AI generates realistic sounds on the video

Published on June 13, 2016

AI generates realistic sounds on the video



    Employees of the Laboratory of Informatics and Artificial Intelligence (CSAIL) at the Massachusetts Institute of Technology and the Google Research division have designed a neural network that has learned to voice an arbitrary video series , generating realistic sounds and predicting the properties of objects. The program analyzes video, recognizes objects, their movement and the type of contact - impact, sliding, friction, and so on. Based on this information, it generates a sound that a person in 40% of cases considers more realistic than the real one.

    Scientists assume that this development will find wide application in cinema and on television to generate sound effects in a video sequence without sound. In addition, it can be useful for learning robots to better understand the properties of the surrounding world.



    The surrounding sounds say a lot about the properties of the surrounding objects, so in the process of self-study, future robots can act like children - touch objects, try them by touch, poke them with a stick, try to move, lift. In this case, the robot receives feedback, recognizing the properties of the object - its weight, elasticity, and so on.

    The sound made by the object in contact also carries important information about the properties of the object. “When you run your finger over a glass of wine, the sound that is produced corresponds to the amount of liquid poured into the glass,” explains graduate student Andrew Owens , the lead author of a published scientific work that is not yet ready for a scientific journal, but only publishedin open access on the site arXiv.org. The presentation of the scientific work will take place at the annual conference on machine vision and image recognition (CVPR) in Las Vegas this month.

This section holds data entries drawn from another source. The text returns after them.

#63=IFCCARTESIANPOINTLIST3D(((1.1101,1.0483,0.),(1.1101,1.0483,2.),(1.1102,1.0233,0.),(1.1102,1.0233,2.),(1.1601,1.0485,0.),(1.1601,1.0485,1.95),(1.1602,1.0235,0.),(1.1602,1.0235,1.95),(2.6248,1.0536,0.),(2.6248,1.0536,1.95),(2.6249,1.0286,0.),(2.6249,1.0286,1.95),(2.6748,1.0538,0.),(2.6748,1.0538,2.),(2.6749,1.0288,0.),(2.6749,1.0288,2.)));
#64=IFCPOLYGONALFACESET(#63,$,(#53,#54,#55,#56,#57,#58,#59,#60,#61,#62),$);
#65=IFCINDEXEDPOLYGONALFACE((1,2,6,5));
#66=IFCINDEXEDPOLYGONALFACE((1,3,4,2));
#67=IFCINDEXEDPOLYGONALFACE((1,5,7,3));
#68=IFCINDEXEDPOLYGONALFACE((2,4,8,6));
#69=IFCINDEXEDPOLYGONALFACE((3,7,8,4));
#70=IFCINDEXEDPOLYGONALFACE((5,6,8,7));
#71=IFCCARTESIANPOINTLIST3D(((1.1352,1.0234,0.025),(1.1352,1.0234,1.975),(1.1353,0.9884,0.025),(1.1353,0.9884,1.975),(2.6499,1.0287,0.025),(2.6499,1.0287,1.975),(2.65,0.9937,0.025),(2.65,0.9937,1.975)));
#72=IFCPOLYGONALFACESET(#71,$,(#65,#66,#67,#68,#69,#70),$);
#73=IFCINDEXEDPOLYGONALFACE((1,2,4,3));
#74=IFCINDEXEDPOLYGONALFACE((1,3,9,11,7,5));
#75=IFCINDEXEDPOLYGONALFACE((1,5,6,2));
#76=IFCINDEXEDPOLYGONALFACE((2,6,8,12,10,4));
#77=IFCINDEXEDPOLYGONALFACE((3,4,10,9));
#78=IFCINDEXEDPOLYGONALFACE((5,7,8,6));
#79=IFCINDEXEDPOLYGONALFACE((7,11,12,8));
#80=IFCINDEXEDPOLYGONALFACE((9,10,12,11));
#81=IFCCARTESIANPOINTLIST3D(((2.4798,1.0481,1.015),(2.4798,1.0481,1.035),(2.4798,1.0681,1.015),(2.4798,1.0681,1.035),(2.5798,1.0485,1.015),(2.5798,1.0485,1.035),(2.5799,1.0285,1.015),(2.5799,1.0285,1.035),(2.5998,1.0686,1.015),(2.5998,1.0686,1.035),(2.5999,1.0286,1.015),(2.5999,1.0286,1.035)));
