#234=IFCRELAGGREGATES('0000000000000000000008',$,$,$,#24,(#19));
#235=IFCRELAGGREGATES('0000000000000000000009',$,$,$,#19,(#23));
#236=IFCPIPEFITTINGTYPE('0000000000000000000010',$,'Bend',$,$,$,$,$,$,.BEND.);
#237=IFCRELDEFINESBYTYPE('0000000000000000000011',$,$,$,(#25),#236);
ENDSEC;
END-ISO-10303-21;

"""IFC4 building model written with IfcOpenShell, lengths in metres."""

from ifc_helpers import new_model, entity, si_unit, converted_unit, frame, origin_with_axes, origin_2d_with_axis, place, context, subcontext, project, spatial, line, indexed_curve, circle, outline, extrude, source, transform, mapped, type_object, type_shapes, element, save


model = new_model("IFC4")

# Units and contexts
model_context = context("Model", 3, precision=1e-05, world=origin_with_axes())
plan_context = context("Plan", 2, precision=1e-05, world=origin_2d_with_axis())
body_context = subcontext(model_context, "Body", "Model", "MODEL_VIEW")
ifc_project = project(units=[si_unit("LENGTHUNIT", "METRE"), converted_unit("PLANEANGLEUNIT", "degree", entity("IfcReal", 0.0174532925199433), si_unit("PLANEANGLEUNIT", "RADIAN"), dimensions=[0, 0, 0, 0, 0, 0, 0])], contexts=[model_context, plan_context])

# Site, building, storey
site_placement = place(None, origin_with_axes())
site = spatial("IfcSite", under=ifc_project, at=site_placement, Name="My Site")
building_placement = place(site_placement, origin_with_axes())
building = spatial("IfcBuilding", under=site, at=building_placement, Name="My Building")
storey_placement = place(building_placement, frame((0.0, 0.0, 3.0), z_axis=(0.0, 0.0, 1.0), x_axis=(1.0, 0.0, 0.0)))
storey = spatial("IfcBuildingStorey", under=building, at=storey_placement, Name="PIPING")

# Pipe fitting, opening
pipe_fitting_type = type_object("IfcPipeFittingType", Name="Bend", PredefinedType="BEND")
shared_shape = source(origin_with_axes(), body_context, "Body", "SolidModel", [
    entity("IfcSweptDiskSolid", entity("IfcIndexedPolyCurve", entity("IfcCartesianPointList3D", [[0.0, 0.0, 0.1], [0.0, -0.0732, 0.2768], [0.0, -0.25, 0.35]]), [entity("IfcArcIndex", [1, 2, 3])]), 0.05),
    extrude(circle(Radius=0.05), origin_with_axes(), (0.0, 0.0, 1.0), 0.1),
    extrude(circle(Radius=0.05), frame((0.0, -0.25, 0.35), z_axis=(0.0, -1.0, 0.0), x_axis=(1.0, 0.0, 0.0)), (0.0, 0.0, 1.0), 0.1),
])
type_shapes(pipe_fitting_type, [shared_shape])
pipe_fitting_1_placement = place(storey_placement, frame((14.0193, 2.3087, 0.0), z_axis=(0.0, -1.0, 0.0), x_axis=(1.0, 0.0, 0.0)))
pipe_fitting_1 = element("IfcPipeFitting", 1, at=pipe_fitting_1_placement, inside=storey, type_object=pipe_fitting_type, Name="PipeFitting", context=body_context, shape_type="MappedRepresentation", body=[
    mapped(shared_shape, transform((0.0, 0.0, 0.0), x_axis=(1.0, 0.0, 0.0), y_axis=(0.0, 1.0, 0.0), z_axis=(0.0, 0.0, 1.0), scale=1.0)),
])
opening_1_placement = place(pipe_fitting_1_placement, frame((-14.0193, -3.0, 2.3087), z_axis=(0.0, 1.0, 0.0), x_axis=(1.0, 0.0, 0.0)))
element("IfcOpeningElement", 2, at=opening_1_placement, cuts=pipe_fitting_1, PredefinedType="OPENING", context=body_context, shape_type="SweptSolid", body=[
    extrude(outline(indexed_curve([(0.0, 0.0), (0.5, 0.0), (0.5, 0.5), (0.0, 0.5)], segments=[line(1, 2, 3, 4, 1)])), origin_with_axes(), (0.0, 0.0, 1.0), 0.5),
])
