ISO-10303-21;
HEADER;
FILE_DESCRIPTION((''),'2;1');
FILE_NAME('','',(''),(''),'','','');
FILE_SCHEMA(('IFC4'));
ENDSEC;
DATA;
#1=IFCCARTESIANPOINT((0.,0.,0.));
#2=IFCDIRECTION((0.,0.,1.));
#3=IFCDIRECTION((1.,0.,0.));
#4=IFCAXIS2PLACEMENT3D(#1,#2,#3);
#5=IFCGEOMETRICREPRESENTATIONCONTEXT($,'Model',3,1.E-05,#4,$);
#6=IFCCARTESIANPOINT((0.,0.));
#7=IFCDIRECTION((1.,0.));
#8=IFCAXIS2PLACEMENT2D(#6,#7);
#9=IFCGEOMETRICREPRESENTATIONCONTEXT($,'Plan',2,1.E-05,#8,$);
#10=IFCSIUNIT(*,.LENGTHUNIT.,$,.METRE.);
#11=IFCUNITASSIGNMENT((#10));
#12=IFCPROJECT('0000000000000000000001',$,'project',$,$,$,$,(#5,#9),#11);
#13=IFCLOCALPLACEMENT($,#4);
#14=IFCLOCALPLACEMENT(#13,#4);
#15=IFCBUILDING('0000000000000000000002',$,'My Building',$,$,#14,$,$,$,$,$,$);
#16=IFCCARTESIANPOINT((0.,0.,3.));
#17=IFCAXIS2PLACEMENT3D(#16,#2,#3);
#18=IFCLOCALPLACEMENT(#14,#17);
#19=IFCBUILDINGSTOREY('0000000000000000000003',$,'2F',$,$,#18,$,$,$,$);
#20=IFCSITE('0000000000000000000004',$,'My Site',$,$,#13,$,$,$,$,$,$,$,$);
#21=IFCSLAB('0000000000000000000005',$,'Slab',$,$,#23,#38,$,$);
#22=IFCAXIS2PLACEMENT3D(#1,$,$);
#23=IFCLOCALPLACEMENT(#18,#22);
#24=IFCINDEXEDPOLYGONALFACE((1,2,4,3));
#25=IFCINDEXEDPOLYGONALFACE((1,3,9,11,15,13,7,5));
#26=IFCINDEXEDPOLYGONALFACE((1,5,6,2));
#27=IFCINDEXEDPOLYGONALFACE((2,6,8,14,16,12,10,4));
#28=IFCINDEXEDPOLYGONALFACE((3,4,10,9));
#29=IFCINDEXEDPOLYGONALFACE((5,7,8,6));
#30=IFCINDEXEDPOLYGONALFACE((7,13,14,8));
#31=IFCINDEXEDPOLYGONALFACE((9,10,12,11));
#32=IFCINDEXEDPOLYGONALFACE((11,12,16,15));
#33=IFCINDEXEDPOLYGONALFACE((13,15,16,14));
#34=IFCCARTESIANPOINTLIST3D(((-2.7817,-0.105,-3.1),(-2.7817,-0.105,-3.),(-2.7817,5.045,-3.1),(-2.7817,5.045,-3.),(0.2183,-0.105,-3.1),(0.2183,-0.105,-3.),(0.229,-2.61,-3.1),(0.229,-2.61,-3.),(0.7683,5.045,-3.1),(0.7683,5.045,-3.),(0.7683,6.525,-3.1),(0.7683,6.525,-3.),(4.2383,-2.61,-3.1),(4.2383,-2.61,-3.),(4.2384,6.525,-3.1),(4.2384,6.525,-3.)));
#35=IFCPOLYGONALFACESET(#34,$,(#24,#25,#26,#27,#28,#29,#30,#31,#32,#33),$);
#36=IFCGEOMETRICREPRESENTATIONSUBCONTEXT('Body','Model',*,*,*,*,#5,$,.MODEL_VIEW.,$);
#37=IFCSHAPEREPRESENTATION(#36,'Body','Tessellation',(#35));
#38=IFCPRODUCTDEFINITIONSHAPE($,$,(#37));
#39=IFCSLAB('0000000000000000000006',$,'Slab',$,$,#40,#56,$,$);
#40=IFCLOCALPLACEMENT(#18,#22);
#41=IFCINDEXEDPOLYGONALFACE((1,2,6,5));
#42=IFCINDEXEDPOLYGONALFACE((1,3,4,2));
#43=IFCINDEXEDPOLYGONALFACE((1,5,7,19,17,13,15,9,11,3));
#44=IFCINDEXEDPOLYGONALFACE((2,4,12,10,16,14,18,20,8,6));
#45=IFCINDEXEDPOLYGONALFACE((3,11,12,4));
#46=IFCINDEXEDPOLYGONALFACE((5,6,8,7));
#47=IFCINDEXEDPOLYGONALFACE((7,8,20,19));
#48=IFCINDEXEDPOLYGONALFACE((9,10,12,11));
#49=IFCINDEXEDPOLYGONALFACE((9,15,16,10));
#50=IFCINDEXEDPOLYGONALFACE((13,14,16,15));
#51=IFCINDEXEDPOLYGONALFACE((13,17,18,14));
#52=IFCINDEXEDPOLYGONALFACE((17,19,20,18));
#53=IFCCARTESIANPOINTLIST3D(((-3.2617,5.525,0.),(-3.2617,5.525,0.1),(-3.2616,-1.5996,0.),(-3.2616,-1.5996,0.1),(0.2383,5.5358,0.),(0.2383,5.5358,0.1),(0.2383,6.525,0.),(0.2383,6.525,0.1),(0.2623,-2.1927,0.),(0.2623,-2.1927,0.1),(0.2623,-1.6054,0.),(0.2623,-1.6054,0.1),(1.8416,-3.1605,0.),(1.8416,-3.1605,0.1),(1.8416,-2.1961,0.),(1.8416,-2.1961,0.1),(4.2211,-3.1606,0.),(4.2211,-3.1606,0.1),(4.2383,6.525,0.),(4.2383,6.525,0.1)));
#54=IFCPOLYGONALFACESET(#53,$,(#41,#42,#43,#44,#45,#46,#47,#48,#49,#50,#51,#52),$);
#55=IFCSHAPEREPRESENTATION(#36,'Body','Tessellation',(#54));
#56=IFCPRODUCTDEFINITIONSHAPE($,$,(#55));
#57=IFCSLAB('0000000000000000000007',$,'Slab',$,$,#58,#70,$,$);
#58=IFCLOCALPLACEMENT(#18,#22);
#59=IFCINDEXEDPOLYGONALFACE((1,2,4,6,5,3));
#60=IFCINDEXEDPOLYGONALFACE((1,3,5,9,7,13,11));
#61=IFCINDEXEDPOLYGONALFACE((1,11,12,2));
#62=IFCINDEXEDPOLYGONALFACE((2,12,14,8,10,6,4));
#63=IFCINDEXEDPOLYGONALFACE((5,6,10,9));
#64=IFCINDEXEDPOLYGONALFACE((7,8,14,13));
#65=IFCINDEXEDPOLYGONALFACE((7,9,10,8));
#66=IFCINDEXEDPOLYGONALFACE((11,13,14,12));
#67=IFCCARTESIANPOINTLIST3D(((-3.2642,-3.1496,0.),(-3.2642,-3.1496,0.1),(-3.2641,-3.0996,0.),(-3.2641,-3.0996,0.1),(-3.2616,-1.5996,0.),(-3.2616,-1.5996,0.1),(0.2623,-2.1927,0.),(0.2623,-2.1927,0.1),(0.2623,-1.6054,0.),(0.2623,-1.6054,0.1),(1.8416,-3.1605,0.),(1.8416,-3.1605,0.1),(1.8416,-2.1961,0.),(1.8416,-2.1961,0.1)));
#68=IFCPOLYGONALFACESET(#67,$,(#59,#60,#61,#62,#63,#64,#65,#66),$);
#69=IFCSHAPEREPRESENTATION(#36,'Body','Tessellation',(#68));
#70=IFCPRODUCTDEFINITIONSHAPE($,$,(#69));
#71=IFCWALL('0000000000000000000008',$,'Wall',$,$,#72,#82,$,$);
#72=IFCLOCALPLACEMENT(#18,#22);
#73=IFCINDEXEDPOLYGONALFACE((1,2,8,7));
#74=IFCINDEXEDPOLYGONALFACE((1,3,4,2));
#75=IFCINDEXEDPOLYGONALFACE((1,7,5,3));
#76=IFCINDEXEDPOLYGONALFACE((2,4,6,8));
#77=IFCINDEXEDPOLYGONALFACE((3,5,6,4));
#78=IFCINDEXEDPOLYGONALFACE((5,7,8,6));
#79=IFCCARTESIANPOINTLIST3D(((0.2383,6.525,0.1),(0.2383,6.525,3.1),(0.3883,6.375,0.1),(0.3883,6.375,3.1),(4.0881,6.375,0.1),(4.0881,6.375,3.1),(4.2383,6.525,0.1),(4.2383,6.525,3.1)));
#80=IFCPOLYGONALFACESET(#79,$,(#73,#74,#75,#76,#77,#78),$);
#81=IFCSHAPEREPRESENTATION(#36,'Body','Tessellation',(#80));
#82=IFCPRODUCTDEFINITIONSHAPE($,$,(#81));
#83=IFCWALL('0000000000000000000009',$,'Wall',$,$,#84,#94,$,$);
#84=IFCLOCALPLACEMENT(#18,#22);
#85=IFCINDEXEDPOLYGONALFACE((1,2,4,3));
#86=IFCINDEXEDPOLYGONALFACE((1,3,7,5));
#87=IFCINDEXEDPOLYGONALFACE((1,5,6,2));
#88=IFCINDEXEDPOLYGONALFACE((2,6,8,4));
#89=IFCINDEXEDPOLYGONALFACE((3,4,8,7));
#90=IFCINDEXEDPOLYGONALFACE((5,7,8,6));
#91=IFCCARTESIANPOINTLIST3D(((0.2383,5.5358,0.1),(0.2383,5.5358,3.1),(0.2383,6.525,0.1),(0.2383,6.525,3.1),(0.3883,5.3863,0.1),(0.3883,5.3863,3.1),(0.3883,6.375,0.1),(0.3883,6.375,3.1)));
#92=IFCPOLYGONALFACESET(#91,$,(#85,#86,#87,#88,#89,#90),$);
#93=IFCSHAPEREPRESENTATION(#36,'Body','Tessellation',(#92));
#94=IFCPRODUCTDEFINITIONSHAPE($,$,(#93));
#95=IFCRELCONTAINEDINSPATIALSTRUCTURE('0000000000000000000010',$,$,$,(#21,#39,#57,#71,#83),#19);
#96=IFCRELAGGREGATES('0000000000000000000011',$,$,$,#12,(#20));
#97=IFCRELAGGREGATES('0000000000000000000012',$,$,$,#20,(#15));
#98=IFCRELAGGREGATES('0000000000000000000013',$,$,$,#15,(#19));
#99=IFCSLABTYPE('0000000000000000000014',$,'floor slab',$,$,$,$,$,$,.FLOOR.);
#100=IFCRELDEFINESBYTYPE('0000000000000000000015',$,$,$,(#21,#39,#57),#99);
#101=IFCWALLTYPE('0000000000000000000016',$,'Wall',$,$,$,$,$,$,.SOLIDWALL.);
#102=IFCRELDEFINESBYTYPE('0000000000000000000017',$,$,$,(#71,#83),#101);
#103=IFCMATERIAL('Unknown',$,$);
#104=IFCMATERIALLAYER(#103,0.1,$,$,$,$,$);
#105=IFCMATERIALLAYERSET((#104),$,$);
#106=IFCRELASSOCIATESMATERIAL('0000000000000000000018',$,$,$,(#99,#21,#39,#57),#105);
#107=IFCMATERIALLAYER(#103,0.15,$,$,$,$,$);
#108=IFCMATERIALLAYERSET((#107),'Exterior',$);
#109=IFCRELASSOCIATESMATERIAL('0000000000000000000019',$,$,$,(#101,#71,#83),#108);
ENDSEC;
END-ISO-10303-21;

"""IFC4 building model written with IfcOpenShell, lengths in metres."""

from ifc_helpers import new_model, si_unit, frame, origin_with_axes, origin_2d_with_axis, place, context, subcontext, project, spatial, line, indexed_curve, outline, extrude, material, layer, layer_set, layer_usage, type_object, element, save


model = new_model("IFC4")

# Units and contexts
model_context = context("Model", 3, precision=1e-05, world=origin_with_axes())
plan_context = context("Plan", 2, precision=1e-05, world=origin_2d_with_axis())
body_context_1 = subcontext(model_context, "Body", "Model", "MODEL_VIEW")
ifc_project = project(units=[si_unit("LENGTHUNIT", "METRE")], contexts=[model_context, plan_context])

# Site, building, storey
site_placement = place(None, origin_with_axes())
site = spatial("IfcSite", under=ifc_project, at=site_placement, Name="My Site")
building_placement = place(site_placement, origin_with_axes())
building = spatial("IfcBuilding", under=site, at=building_placement, Name="My Building")
storey_placement = place(building_placement, frame((0.0, 0.0, 3.0), z_axis=(0.0, 0.0, 1.0), x_axis=(1.0, 0.0, 0.0)))
storey = spatial("IfcBuildingStorey", under=building, at=storey_placement, Name="2F")

# Slabs
ifc_material = material(Name="Unknown")
ifc_layer_1 = layer(ifc_material, 0.1)
ifc_layer_set_1 = layer_set([ifc_layer_1])
ifc_layer_usage_1 = layer_usage(ifc_layer_set_1, "AXIS3", "POSITIVE", -0.1)
slab_type = type_object("IfcSlabType", Name="floor slab", PredefinedType="FLOOR", material=ifc_layer_set_1)
slab_1_placement = place(storey_placement, frame((4.2383, -2.61, -3.0), z_axis=(0.0, 0.0, 1.0), x_axis=(1.0, 0.0, 0.0)))
element("IfcSlab", 1, at=slab_1_placement, inside=storey, type_object=slab_type, material=ifc_layer_usage_1, Name="Slab", context=body_context_1, shape_type="SweptSolid", body=[
    extrude(outline(indexed_curve([(0.0, 0.0), (0.0, 9.135), (-3.47, 9.135), (-3.47, 7.655), (-7.02, 7.655), (-7.02, 2.505), (-4.02, 2.505), (-4.0094, 0.0), (0.0, 0.0)])), frame((0.0, 0.0, -0.1), z_axis=(0.0, 0.0, 1.0), x_axis=(1.0, 0.0, 0.0)), (0.0, 0.0, 1.0), 0.1),
])
ifc_layer_usage_2 = layer_usage(ifc_layer_set_1, "AXIS3", "POSITIVE", -0.1)
slab_2_placement = place(storey_placement, frame((4.2211, -3.1606, 0.1), z_axis=(0.0, 0.0, 1.0), x_axis=(1.0, 0.0, 0.0)))
element("IfcSlab", 2, at=slab_2_placement, inside=storey, type_object=slab_type, material=ifc_layer_usage_2, Name="Slab", context=body_context_1, shape_type="SweptSolid", body=[
    extrude(outline(indexed_curve([(0.0, 0.0), (0.0172, 9.6856), (-3.9827, 9.6856), (-3.9827, 8.6964), (-7.4827, 8.6856), (-7.4827, 1.5611), (-3.9588, 1.5553), (-3.9588, 0.9679), (-2.3795, 0.9645), (-2.3795, 0.0001), (0.0, 0.0)])), frame((0.0, 0.0, -0.1), z_axis=(0.0, 0.0, 1.0), x_axis=(1.0, 0.0, 0.0)), (0.0, 0.0, 1.0), 0.1),
])
ifc_layer_usage_3 = layer_usage(ifc_layer_set_1, "AXIS3", "POSITIVE", -0.1)
slab_3_placement = place(storey_placement, frame((1.8416, -3.1605, 0.1), z_axis=(0.0, 0.0, 1.0), x_axis=(1.0, 0.0, 0.0)))
element("IfcSlab", 3, at=slab_3_placement, inside=storey, type_object=slab_type, material=ifc_layer_usage_3, Name="Slab", context=body_context_1, shape_type="SweptSolid", body=[
    extrude(outline(indexed_curve([(0.0, 0.0), (0.0, 0.9644), (-1.5793, 0.9678), (-1.5793, 1.5551), (-5.1033, 1.5609), (-5.1057, 0.0609), (-5.1058, 0.0109), (0.0, 0.0)])), frame((0.0, 0.0, -0.1), z_axis=(0.0, 0.0, 1.0), x_axis=(1.0, 0.0, 0.0)), (0.0, 0.0, 1.0), 0.1),
])

# Walls
ifc_layer_2 = layer(ifc_material, 0.15)
ifc_layer_set_2 = layer_set([ifc_layer_2], Name="Exterior")
ifc_layer_usage_4 = layer_usage(ifc_layer_set_2, "AXIS2", "POSITIVE", 0.0)
wall_type_1 = type_object("IfcWallType", Name="Wall", PredefinedType="SOLIDWALL", material=ifc_layer_set_2)
wall_1_placement = place(storey_placement, frame((4.2383, 6.525, 0.1), z_axis=(0.0, 0.0, 1.0), x_axis=(-1.0, 0.0, 0.0)))
element("IfcWall", 4, at=wall_1_placement, inside=storey, type_object=wall_type_1, material=ifc_layer_usage_4, Name="Wall", context=body_context_1, shape_type="SweptSolid", body=[
    extrude(outline(indexed_curve([(0.0, 0.0), (0.1503, 0.15), (3.85, 0.15), (4.0, 0.0)], segments=[line(1, 2, 3, 4, 1)])), origin_with_axes(), (0.0, 0.0, 1.0), 3.0),
])
ifc_layer_usage_5 = layer_usage(ifc_layer_set_2, "AXIS2", "POSITIVE", 0.0)
wall_2_placement = place(storey_placement, frame((0.2383, 6.525, 0.1), z_axis=(0.0, 0.0, 1.0), x_axis=(0.0, -1.0, 0.0)))
element("IfcWall", 5, at=wall_2_placement, inside=storey, type_object=wall_type_1, material=ifc_layer_usage_5, Name="Wall", context=body_context_1, shape_type="SweptSolid", body=[
    extrude(outline(indexed_curve([(0.0, 0.0), (0.15, 0.15), (1.1387, 0.15), (0.9892, 0.0)], segments=[line(1, 2, 3, 4, 1)])), origin_with_axes(), (0.0, 0.0, 1.0), 3.0),
])

save(model, "model.ifc")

    Scientists have picked up 977 videos in which people perform actions with surrounding objects consisting of various materials: they scratch, beat them with a stick, etc. In total, the videos contained 46,577 actions. CSAIL students manually marked all actions, specifying the type of material, the place of contact, the type of action (impact / scratching / other) and the type of reaction of the material or object (deformation, static shape, hard movement, etc.). Videos with sound were used to train the neural network, and manually placed tags - only for analyzing the learning outcome of the neural network, but not for teaching it.



    The neural network analyzed the characteristics of sound that corresponds to each type of interaction with objects — loudness, pitch, and other characteristics. During the training, the system studied the video frame by frame, analyzed the sound in this frame and found the match with the most similar sound in the already accumulated database. The most important thing was to teach the neural network to stretch the sound into frames.



    With each new video, the sound prediction accuracy increased.

    The sound generated by the neural network for different scenes compared to the present.


    As a result, the neural network learned to accurately predict the most diverse sounds with all the nuances: from knocking stones to rustling ivy.

    “The current approaches of artificial intelligence researchers focus on only one of the five senses: machine vision specialists study visual images, speech recognition specialists study sound, and so on,” says Abhinav Gupta, an associate professor at the Carnegie University Robotics Department, Mellon. “The current research is a step in the right direction, which simulates the learning process in the same way that people do, that is, integrating sound and vision.”

    To test the effectiveness of AI, scientists conducted an online study on Amazon Mechanical Turk, whose participants were asked to compare two options for the sound of a particular video and determine which sound is real and which is not.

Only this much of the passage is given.